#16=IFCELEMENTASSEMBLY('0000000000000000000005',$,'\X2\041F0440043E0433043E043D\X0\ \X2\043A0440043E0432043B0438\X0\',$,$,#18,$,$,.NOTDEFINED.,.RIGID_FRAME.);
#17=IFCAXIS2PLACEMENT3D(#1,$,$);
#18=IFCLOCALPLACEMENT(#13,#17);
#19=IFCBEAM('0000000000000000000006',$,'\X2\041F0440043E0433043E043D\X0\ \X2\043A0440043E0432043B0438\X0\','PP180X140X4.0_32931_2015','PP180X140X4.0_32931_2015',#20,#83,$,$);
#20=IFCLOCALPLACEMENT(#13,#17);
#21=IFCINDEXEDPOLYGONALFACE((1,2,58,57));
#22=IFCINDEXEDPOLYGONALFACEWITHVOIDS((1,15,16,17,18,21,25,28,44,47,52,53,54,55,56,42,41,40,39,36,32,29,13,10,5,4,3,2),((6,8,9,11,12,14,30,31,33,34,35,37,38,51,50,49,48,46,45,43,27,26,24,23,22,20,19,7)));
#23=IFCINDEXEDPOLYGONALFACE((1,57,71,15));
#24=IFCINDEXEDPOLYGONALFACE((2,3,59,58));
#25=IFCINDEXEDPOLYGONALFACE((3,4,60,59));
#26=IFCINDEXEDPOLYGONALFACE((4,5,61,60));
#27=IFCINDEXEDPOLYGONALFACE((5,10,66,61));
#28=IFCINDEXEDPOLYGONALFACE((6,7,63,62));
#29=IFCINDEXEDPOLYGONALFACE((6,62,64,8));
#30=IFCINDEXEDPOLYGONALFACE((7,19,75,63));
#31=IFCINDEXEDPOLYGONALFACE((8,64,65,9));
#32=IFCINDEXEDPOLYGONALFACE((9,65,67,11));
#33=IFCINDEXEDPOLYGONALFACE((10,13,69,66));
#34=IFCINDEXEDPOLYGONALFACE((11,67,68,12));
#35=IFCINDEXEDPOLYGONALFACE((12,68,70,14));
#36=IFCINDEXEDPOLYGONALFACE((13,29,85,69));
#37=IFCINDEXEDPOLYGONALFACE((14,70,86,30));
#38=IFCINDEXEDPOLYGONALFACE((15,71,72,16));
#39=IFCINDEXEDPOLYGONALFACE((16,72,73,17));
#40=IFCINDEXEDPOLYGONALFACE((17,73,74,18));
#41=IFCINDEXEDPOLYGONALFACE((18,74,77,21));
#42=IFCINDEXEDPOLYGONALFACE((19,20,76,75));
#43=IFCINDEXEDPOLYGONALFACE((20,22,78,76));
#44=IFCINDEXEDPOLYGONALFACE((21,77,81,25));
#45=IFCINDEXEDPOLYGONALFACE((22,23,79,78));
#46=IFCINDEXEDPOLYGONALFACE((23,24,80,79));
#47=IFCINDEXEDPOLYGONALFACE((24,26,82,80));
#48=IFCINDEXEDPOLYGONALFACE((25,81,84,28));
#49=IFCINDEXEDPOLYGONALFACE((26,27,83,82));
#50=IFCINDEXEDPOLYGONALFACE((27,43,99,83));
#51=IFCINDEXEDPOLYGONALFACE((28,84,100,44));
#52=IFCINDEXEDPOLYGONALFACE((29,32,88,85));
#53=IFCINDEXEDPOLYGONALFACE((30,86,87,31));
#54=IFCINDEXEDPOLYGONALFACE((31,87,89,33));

==*==

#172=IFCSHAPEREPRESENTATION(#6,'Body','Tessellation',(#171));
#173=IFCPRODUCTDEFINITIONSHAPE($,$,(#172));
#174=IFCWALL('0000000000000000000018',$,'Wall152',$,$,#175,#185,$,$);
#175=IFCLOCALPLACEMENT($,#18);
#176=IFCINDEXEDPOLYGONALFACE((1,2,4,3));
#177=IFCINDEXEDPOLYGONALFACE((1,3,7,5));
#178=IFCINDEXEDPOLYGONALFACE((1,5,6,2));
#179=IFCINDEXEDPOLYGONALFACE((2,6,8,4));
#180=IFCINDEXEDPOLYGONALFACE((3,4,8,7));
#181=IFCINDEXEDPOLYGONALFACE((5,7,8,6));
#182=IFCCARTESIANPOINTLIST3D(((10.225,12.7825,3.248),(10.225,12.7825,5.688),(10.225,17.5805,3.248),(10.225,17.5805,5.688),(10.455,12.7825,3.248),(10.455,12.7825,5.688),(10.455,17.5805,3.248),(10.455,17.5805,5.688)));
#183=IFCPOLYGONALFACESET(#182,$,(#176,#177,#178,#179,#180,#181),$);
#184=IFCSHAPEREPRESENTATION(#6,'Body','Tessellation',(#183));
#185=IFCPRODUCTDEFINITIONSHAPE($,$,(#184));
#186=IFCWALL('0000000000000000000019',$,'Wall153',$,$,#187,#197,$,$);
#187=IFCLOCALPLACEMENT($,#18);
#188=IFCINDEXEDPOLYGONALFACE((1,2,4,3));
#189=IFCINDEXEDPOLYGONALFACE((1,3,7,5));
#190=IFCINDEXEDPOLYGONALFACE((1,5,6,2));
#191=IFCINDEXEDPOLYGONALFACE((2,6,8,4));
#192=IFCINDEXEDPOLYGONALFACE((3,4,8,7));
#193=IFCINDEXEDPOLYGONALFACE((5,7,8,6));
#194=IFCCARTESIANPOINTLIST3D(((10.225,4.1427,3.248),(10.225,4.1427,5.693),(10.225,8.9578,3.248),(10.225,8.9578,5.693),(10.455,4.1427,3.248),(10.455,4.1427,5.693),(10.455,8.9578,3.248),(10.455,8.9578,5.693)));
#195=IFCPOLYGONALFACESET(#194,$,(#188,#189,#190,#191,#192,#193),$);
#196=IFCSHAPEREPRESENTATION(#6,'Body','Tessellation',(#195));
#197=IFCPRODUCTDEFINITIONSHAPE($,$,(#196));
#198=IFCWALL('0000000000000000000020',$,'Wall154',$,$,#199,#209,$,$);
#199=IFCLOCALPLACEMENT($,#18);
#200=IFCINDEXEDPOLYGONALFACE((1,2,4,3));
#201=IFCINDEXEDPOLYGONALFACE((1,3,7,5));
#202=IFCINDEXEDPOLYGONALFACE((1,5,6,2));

==*==

__The task__
Only the lines above from the line with "#21=IFCINDEXEDPOLYGONALFACE((1,2,58,57));" to the line with "#41=IFCINDEXEDPOLYGONALFACE((18,74,77,21));", those two lines included, should be reproduced exactly.

__Answer to the exercise__
#21=IFCINDEXEDPOLYGONALFACE((1,2,58,57));
#22=IFCINDEXEDPOLYGONALFACEWITHVOIDS((1,15,16,17,18,21,25,28,44,47,52,53,54,55,56,42,41,40,39,36,32,29,13,10,5,4,3,2),((6,8,9,11,12,14,30,31,33,34,35,37,38,51,50,49,48,46,45,43,27,26,24,23,22,20,19,7)));
#23=IFCINDEXEDPOLYGONALFACE((1,57,71,15));
#24=IFCINDEXEDPOLYGONALFACE((2,3,59,58));
#25=IFCINDEXEDPOLYGONALFACE((3,4,60,59));
#26=IFCINDEXEDPOLYGONALFACE((4,5,61,60));
#27=IFCINDEXEDPOLYGONALFACE((5,10,66,61));
#28=IFCINDEXEDPOLYGONALFACE((6,7,63,62));
#29=IFCINDEXEDPOLYGONALFACE((6,62,64,8));
#30=IFCINDEXEDPOLYGONALFACE((7,19,75,63));
#31=IFCINDEXEDPOLYGONALFACE((8,64,65,9));
#32=IFCINDEXEDPOLYGONALFACE((9,65,67,11));
#33=IFCINDEXEDPOLYGONALFACE((10,13,69,66));
#34=IFCINDEXEDPOLYGONALFACE((11,67,68,12));
#35=IFCINDEXEDPOLYGONALFACE((12,68,70,14));
#36=IFCINDEXEDPOLYGONALFACE((13,29,85,69));
#37=IFCINDEXEDPOLYGONALFACE((14,70,86,30));
#38=IFCINDEXEDPOLYGONALFACE((15,71,72,16));
#39=IFCINDEXEDPOLYGONALFACE((16,72,73,17));
#40=IFCINDEXEDPOLYGONALFACE((17,73,74,18));
#41=IFCINDEXEDPOLYGONALFACE((18,74,77,21));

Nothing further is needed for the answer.